September 29, 2014
Three new professors join IST Austria
IST Austria President Thomas Henzinger presents successful young scientists • Expansions in the fields of biology and mathematics
This morning, President Thomas A. Henzinger announced the names of three new professors: the systems biologist Martin Loose, the mathematician Jan Maas and the evolutionary biologist Beatriz Vicoso are joining the Institute of Science and Technology Austria (IST Austria) as Assistant Professors bringing the number of the faculty to 34. Loose and Vicoso will start their research at IST Austria in early 2015, Maas on October 1, 2014. Henzinger greeted the three scientists: “These appointments once more illustrate the attraction of IST Austria to extraordinarily promising young scientists. I am very happy that they decided to join IST Austria at this stage of their career. Here they can expect an environment that will enable them to contribute outstanding results to their field of research.”

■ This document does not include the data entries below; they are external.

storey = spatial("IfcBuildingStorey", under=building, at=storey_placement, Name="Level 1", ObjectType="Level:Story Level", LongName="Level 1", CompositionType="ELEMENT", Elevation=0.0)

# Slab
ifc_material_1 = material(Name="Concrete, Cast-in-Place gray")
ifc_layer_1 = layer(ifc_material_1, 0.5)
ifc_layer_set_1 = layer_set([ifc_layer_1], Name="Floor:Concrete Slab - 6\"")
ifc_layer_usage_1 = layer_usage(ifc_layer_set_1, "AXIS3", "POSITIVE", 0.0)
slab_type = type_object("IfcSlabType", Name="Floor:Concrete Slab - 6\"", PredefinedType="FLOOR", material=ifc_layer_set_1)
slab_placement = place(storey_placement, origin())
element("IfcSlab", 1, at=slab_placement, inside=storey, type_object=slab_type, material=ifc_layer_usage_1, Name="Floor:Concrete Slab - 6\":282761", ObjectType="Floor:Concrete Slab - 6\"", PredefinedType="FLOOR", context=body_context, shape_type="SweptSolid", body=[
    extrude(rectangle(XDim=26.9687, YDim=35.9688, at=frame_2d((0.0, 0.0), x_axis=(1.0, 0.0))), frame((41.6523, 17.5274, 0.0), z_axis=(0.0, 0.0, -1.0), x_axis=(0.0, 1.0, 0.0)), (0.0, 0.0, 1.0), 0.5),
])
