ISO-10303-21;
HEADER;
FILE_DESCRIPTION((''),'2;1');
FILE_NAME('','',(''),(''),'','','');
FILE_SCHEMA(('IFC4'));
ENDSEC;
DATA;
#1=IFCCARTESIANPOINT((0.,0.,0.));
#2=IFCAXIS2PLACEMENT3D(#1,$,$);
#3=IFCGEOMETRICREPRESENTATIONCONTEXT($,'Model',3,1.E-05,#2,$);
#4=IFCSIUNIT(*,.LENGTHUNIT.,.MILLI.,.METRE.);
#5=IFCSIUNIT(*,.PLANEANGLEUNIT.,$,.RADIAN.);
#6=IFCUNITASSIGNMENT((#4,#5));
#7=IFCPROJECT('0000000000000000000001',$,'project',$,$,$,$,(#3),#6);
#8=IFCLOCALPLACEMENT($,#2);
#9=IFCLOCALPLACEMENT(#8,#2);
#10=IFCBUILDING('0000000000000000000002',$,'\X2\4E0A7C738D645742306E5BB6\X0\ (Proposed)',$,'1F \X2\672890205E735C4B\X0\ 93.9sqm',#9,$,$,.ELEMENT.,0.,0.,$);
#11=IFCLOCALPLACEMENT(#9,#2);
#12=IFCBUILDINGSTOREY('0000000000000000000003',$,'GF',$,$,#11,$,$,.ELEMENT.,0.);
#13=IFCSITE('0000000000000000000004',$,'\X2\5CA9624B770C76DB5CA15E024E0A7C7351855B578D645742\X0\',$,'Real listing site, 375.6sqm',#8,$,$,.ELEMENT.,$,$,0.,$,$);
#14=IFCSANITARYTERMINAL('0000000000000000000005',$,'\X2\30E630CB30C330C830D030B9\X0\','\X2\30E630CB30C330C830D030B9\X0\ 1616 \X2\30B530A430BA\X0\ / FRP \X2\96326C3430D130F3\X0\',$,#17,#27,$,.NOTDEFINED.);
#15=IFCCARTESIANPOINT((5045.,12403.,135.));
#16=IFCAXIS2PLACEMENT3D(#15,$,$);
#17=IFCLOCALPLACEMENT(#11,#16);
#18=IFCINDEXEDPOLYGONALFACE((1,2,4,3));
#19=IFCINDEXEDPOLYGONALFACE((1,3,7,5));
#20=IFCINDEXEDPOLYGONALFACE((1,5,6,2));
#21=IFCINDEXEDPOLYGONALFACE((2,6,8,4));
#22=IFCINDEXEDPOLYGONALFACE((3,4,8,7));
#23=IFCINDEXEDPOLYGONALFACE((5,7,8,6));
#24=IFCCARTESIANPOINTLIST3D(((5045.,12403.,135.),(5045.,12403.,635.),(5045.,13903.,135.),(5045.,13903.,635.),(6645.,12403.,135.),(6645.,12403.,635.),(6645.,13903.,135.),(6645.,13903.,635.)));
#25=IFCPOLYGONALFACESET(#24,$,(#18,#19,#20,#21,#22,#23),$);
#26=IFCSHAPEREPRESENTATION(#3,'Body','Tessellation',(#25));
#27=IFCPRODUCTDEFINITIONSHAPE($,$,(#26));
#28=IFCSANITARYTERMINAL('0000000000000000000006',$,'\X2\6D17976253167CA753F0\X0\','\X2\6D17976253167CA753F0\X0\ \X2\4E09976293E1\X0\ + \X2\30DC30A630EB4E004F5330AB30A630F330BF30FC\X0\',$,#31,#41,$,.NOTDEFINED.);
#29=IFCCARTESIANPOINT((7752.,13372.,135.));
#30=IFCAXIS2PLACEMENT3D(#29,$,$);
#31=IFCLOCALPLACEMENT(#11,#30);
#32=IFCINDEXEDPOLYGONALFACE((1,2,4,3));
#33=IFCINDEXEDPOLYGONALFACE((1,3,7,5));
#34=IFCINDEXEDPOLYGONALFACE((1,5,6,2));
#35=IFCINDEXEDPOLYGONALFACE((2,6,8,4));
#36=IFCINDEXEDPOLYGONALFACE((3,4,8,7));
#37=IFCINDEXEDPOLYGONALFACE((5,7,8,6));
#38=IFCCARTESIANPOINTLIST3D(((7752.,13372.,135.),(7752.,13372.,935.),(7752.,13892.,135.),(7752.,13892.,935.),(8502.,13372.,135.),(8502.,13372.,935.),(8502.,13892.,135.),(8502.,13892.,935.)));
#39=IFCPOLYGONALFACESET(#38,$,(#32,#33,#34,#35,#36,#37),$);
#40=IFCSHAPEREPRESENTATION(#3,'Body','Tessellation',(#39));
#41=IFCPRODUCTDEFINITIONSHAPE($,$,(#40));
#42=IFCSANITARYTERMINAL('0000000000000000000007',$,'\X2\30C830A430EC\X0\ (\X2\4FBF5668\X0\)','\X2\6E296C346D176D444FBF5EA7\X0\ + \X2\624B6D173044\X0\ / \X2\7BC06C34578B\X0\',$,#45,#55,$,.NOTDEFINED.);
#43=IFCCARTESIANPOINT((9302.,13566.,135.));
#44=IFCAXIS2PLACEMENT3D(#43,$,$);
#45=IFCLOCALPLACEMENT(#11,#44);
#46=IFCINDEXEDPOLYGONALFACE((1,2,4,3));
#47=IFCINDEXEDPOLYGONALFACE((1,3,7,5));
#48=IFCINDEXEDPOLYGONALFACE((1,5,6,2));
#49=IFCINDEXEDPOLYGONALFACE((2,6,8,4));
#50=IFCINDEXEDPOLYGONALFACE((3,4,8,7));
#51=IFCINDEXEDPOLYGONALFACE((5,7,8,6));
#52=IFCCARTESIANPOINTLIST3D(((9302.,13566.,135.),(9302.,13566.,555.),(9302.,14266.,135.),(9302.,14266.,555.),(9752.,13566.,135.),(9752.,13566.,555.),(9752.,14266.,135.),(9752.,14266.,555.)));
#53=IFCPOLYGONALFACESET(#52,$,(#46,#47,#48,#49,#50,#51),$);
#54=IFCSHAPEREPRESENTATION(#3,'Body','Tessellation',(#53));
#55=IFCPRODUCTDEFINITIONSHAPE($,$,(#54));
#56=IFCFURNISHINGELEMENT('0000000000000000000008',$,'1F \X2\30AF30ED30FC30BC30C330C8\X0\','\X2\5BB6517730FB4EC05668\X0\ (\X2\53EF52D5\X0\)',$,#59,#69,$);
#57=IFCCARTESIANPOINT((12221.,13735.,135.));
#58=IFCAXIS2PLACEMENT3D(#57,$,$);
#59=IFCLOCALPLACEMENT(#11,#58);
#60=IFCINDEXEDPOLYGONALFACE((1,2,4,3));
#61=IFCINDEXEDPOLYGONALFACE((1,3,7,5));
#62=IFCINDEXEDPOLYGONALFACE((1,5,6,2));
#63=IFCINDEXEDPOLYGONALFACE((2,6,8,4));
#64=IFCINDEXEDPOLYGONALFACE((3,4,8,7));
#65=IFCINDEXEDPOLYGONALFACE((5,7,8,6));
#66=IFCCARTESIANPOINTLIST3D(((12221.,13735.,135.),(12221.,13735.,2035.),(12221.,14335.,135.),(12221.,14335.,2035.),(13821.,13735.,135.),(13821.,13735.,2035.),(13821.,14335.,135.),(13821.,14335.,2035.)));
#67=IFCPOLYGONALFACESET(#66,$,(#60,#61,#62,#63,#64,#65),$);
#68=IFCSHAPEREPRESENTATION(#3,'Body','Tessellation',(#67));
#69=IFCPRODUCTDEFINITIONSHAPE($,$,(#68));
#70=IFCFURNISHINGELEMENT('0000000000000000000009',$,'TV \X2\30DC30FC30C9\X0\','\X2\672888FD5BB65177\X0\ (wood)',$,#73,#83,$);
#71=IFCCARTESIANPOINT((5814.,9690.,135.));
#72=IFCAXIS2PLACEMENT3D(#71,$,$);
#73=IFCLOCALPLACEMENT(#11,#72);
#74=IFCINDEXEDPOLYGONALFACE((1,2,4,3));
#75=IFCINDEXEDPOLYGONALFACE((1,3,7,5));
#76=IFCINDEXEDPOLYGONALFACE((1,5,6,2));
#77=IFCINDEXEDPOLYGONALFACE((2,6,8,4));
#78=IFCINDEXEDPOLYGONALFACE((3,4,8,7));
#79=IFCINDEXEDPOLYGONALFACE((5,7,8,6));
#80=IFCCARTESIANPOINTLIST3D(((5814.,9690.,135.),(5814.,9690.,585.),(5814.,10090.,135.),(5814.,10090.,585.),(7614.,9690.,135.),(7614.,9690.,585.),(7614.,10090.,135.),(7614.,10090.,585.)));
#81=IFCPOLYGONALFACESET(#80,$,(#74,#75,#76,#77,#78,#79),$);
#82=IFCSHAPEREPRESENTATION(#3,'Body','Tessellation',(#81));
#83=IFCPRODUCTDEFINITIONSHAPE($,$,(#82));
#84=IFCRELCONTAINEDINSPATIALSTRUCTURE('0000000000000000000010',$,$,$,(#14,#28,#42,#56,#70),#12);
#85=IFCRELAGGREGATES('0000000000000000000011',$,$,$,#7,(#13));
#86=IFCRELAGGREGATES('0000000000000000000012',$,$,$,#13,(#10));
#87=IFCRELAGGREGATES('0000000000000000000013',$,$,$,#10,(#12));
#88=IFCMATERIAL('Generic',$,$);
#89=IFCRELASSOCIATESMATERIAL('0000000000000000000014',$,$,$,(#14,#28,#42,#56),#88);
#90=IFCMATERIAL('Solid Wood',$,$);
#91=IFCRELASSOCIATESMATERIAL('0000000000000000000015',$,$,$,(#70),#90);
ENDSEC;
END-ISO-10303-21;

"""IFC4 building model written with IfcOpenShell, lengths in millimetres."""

from ifc_helpers import new_model, si_unit, frame, frame_2d, origin, place, context, project, spatial, rectangle, extrude, material, element, save


model = new_model("IFC4")

# Units and contexts
model_context = context("Model", 3, precision=1e-05, world=origin())
ifc_project = project(units=[si_unit("LENGTHUNIT", "METRE", prefix="MILLI"), si_unit("PLANEANGLEUNIT", "RADIAN")], contexts=[model_context])

# Site, building, storey
site_placement = place(None, origin())
site = spatial("IfcSite", under=ifc_project, at=site_placement, Name="岩手県盛岡市上米内字赤坂", ObjectType="Real listing site, 375.6sqm", CompositionType="ELEMENT", RefElevation=0.0)
building_placement = place(site_placement, origin())
building = spatial("IfcBuilding", under=site, at=building_placement, Name="上米赤坂の家 (Proposed)", ObjectType="1F 木造平屋 93.9sqm", CompositionType="ELEMENT", ElevationOfRefHeight=0.0, ElevationOfTerrain=0.0)
storey_placement = place(building_placement, origin())
storey = spatial("IfcBuildingStorey", under=building, at=storey_placement, Name="GF", CompositionType="ELEMENT", Elevation=0.0)

# Shared definitions
ifc_material_1 = material(Name="Solid Wood")

# Sanitary terminals
ifc_material_2 = material(Name="Generic")
sanitary_terminal_1_placement = place(storey_placement, frame((5045.0, 12403.0, 135.0)))
element("IfcSanitaryTerminal", 1, at=sanitary_terminal_1_placement, inside=storey, material=ifc_material_2, Name="ユニットバス", Description="ユニットバス 1616 サイズ / FRP 防水パン", PredefinedType="NOTDEFINED", context=model_context, shape_type="SweptSolid", body=[
    extrude(rectangle(XDim=1600.0, YDim=1500.0, at=frame_2d((800.0, 750.0))), frame((5045.0, 12403.0, 135.0)), (0.0, 0.0, 1.0), 500.0),
])
sanitary_terminal_2_placement = place(storey_placement, frame((7752.0, 13372.0, 135.0)))
element("IfcSanitaryTerminal", 2, at=sanitary_terminal_2_placement, inside=storey, material=ifc_material_2, Name="洗面化粧台", Description="洗面化粧台 三面鏡 + ボウル一体カウンター", PredefinedType="NOTDEFINED", context=model_context, shape_type="SweptSolid", body=[
    extrude(rectangle(XDim=750.0, YDim=520.0, at=frame_2d((375.0, 260.0))), frame((7752.0, 13372.0, 135.0)), (0.0, 0.0, 1.0), 800.0),
])
sanitary_terminal_3_placement = place(storey_placement, frame((9302.0, 13566.0, 135.0)))
element("IfcSanitaryTerminal", 3, at=sanitary_terminal_3_placement, inside=storey, material=ifc_material_2, Name="トイレ (便器)", Description="温水洗浄便座 + 手洗い / 節水型", PredefinedType="NOTDEFINED", context=model_context, shape_type="SweptSolid", body=[
    extrude(rectangle(XDim=450.0, YDim=700.0, at=frame_2d((225.0, 350.0))), frame((9302.0, 13566.0, 135.0)), (0.0, 0.0, 1.0), 420.0),
])

# Furnishing elements
furnishing_1_placement = place(storey_placement, frame((12221.0, 13735.0, 135.0)))
element("IfcFurnishingElement", 4, at=furnishing_1_placement, inside=storey, material=ifc_material_2, Name="1F クローゼット", Description="家具・什器 (可動)", context=model_context, shape_type="SweptSolid", body=[
    extrude(rectangle(XDim=1600.0, YDim=600.0, at=frame_2d((800.0, 300.0))), frame((12221.0, 13735.0, 135.0)), (0.0, 0.0, 1.0), 1900.0),
])
furnishing_2_placement = place(storey_placement, frame((5814.0, 9690.0, 135.0)))
element("IfcFurnishingElement", 5, at=furnishing_2_placement, inside=storey, material=ifc_material_1, Name="TV ボード", Description="木製家具 (wood)", context=model_context, shape_type="SweptSolid", body=[
    extrude(rectangle(XDim=1800.0, YDim=400.0, at=frame_2d((900.0, 200.0))), frame((5814.0, 9690.0, 135.0)), (0.0, 0.0, 1.0), 450.0),
])

save(model, "model.ifc")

Martin Loose, a German citizen born in 1980, is doing research in Systems Biology. He studied Chemistry at the University of Heidelberg and performed his predoctoral studies in the group of Petra Schwille at the Biotechnology Center of the University of Dresden and the Max-Planck-Institute for Molecular Cell Biology and Genetics in Dresden. After receiving his PhD in 2010, he spent a further year as a postdoctoral fellow in Schwille’s lab. In 2011, he joined the Department of Systems Biology at Harvard Medical School, Boston, USA, as an independent Departmental Fellow to work in the lab of Timothy Mitchison.
His research aims to understand the mechanisms and evolution of biochemical self-organization and how proteins, which are much smaller than the cell, are able to organize intracellular space. As a graduate student, he demonstrated for the first time that complex protein patterns could be reconstituted in vitro in a simple, mathematically easily accessible setting. In his postdoctoral studies Loose developed a novel model for the initial steps of bacterial cell division.

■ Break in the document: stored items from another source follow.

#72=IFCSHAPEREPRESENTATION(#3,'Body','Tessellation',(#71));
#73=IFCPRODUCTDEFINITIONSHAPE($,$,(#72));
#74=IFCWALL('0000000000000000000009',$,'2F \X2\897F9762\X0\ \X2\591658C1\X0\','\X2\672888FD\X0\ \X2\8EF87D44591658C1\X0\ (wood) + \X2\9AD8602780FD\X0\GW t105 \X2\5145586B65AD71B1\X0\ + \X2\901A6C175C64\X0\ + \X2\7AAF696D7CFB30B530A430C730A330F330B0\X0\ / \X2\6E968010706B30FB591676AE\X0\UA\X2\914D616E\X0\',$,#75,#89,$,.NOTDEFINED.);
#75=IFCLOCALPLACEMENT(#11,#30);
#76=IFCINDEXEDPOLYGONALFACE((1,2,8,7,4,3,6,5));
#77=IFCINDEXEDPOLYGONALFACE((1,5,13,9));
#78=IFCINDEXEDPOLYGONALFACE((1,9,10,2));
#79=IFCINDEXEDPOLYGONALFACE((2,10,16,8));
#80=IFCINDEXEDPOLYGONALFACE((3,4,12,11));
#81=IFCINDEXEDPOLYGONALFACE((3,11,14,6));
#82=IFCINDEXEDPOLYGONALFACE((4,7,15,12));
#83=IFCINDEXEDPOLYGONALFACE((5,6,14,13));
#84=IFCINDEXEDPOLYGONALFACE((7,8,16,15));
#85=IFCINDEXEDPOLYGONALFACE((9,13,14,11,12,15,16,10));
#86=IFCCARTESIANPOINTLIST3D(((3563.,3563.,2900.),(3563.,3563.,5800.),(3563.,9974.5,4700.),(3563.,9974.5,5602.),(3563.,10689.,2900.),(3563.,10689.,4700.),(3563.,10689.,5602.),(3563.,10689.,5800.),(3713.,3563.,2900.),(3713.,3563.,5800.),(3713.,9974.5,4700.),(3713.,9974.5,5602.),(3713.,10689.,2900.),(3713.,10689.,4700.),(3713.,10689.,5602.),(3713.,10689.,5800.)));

Jan Maas, born 1982, is a Dutch mathematician studying problems in probability theory and analysis. He is mostly interested in optimal transport, stochastic partial differential equations, and stochastic analysis. He did his undergraduate (2000-2005) and graduate studies (2005-2009) in Applied Mathematics at Delft University of Technology. After a short stay at the University of Warwick and the Courant Institute of New York University, he moved to the University of Bonn partly supported by the prestigious NWO Rubicon Fellowship for postdoctoral research stays abroad. He has been one of the principal investigators of the new Collaborative Research Centre “The Mathematics of Emergent Effects”.
In his postdoctoral work Jan Maas developed an extension of optimal transport theory with applications to discrete stochastic processes. These processes provide a mathematical description of various phenomena in nature, but also in other areas such as computer science. In other work, jointly with Austrian Fields medalist Martin Hairer and Hendrik Weber, Maas obtained several approximation results for rough stochastic partial differential equations. These equations model physical systems with irregular random perturbations.

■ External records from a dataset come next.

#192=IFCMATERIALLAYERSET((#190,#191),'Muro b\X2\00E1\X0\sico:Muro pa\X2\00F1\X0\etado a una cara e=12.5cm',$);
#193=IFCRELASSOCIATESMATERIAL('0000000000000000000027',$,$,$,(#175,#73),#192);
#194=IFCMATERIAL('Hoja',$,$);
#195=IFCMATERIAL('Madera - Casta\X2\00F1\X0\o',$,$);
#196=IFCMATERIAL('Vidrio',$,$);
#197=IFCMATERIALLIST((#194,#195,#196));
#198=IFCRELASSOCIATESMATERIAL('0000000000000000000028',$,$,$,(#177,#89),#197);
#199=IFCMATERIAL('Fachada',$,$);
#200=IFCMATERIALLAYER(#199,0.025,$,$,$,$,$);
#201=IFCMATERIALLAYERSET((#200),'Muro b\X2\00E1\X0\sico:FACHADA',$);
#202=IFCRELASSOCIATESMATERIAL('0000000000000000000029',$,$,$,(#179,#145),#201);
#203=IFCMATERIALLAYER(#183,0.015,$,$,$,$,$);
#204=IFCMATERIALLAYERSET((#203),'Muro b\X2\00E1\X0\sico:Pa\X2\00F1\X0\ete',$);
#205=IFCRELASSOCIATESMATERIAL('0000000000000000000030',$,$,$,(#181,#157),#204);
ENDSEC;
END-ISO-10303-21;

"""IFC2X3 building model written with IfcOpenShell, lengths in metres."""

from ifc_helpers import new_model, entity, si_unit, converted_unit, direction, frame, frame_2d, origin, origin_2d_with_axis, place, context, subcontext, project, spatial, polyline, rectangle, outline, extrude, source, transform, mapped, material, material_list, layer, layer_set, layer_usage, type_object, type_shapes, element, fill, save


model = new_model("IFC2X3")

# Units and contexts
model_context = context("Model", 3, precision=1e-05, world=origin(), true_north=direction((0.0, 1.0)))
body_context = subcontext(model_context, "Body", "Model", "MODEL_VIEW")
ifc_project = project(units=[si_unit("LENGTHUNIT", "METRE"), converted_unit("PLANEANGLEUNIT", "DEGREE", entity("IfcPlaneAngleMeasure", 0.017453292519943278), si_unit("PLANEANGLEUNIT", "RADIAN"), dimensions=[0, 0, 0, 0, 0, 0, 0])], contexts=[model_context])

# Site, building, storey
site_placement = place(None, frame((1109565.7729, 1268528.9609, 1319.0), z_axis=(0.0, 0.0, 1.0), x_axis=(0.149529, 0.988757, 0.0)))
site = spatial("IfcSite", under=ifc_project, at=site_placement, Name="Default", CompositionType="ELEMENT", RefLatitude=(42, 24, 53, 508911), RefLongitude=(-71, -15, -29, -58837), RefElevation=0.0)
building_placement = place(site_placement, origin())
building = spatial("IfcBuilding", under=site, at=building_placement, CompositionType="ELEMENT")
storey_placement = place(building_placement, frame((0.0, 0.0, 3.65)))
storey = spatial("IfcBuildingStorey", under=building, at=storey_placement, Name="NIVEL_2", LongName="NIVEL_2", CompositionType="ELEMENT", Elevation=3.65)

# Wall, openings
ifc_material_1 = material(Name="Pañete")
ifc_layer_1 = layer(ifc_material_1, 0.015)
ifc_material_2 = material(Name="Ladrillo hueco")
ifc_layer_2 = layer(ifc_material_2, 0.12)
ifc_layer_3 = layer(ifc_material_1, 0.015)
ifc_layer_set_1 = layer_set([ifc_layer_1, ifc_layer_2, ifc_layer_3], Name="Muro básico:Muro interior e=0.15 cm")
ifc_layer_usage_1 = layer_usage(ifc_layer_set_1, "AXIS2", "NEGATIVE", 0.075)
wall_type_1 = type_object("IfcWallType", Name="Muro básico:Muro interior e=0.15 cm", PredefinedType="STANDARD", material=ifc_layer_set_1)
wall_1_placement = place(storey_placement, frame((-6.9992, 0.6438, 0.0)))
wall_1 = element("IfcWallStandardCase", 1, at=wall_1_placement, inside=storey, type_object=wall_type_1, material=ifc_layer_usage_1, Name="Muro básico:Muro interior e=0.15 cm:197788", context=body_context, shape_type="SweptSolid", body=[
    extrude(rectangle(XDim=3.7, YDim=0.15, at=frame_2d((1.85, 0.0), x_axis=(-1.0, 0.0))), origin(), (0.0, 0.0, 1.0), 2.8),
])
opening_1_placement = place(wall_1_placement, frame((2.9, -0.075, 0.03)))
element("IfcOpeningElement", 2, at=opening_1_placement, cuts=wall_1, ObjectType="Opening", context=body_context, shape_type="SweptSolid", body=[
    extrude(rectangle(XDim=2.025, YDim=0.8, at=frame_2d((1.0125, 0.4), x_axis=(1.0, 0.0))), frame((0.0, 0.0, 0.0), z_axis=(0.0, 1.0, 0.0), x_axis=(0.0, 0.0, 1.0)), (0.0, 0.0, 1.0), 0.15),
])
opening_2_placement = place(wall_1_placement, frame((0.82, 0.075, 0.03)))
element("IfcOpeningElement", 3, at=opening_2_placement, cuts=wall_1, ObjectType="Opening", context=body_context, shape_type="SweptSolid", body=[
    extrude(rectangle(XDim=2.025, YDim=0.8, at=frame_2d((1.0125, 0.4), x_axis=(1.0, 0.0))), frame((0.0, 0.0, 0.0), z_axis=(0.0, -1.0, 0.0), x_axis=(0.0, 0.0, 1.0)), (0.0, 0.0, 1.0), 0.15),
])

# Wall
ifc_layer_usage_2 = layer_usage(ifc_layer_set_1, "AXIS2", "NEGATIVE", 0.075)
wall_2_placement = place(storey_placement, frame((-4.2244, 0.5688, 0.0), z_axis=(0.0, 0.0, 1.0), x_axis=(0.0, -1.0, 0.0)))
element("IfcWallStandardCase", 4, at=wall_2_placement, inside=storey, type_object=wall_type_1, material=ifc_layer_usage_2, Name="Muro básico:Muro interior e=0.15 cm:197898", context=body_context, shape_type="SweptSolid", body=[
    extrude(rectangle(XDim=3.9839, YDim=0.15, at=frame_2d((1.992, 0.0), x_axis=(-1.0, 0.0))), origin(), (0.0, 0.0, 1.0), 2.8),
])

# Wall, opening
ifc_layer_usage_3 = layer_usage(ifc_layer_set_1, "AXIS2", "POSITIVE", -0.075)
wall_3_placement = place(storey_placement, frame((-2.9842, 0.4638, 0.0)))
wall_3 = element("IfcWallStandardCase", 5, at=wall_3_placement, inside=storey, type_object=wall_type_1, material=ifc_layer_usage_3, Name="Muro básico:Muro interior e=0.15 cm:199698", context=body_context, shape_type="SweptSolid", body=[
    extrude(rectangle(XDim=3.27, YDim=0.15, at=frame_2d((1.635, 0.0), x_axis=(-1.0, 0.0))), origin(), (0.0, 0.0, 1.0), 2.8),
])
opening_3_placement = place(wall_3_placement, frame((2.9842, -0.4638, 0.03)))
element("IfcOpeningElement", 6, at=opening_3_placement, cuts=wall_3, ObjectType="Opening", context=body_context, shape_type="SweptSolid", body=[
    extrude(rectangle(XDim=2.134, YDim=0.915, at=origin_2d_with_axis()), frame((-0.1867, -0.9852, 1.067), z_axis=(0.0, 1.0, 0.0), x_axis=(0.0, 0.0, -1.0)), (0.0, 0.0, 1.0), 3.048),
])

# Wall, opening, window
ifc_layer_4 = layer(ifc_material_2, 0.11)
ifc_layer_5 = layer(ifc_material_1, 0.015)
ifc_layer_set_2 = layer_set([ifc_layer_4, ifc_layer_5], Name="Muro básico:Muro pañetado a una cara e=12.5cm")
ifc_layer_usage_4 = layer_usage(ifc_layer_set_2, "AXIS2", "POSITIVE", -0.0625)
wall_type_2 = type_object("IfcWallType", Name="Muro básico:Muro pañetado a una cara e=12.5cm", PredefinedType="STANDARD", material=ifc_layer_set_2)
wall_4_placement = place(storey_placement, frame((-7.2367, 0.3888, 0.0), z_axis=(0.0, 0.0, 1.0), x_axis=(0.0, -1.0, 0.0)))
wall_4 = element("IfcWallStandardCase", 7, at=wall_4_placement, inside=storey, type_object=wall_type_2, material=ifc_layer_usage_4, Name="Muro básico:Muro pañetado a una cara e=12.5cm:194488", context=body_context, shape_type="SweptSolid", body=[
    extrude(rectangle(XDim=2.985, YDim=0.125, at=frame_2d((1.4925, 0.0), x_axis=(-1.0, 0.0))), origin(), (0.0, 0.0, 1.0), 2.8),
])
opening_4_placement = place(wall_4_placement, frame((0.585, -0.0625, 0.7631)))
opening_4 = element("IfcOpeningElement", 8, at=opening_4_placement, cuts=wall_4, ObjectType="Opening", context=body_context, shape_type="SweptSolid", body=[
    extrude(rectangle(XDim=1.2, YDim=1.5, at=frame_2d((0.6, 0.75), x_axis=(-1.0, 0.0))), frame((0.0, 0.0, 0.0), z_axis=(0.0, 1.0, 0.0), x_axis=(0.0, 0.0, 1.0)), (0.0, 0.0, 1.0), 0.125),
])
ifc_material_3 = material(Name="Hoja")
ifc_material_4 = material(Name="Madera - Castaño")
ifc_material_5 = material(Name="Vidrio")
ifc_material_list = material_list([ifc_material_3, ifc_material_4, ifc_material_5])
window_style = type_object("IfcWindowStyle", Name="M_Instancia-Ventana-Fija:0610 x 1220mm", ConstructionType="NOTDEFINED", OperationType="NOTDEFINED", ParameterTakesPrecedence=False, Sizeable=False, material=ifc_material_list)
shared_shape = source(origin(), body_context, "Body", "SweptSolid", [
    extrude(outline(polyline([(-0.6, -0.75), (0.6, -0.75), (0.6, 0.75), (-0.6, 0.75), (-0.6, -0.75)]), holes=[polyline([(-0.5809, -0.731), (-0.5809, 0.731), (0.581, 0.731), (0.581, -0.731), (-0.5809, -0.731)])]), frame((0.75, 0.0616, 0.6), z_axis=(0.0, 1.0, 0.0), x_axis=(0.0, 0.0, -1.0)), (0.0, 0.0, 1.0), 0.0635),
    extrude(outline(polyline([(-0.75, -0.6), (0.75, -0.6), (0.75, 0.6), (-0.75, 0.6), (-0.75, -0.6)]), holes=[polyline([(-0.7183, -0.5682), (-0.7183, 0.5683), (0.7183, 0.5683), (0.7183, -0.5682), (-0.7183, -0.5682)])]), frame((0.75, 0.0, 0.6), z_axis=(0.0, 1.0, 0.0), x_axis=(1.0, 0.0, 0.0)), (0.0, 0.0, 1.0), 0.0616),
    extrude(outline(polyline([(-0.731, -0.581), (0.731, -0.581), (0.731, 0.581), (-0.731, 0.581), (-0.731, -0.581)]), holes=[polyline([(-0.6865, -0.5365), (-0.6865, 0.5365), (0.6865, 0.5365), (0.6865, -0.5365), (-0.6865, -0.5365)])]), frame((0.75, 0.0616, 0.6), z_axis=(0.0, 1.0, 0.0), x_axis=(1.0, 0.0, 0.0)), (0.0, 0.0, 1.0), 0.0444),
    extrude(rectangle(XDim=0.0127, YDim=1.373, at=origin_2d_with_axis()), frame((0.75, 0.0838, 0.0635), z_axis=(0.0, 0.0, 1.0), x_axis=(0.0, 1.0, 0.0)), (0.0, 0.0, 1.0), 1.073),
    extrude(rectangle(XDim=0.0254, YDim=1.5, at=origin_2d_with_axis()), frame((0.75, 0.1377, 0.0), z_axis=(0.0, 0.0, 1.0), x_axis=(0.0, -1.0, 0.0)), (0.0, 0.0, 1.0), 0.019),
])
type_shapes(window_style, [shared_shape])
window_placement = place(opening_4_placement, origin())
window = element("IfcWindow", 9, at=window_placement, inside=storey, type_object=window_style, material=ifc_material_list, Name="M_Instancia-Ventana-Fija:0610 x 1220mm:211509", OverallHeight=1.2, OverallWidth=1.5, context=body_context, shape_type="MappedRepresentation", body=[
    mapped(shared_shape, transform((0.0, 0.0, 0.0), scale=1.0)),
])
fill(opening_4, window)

Beatriz Vicoso is a Portuguese Evolutionary Biologist. She studied Genetics at the Federal University of Rio de Janeiro in Brazil and received her PhD in Evolutionary Genomics in 2009 at the University of Edinburgh, UK. Her predoctoral studies were performed in the group of Brian Charlesworth. Since 2009, she has been a postdoctoral fellow in the laboratory of Doris Bachtrog at the University of California, Berkeley.
Vicoso’s primary research interest is the evolution of sex chromosomes, the chromosomes that determine gender in many species. Her postdoctoral work focused on using next-generation sequencing to study the sex chromosomes of various non-model species, including trematodes, birds, snakes and insects. She uncovered several novel patterns, such as the first known case of a differentiated X-Chromosome reverting back to an autosome, a lack of dosage compensation in snakes, and the persistence of homomorphic sex chromosomes through sex-biased gene expression in emus.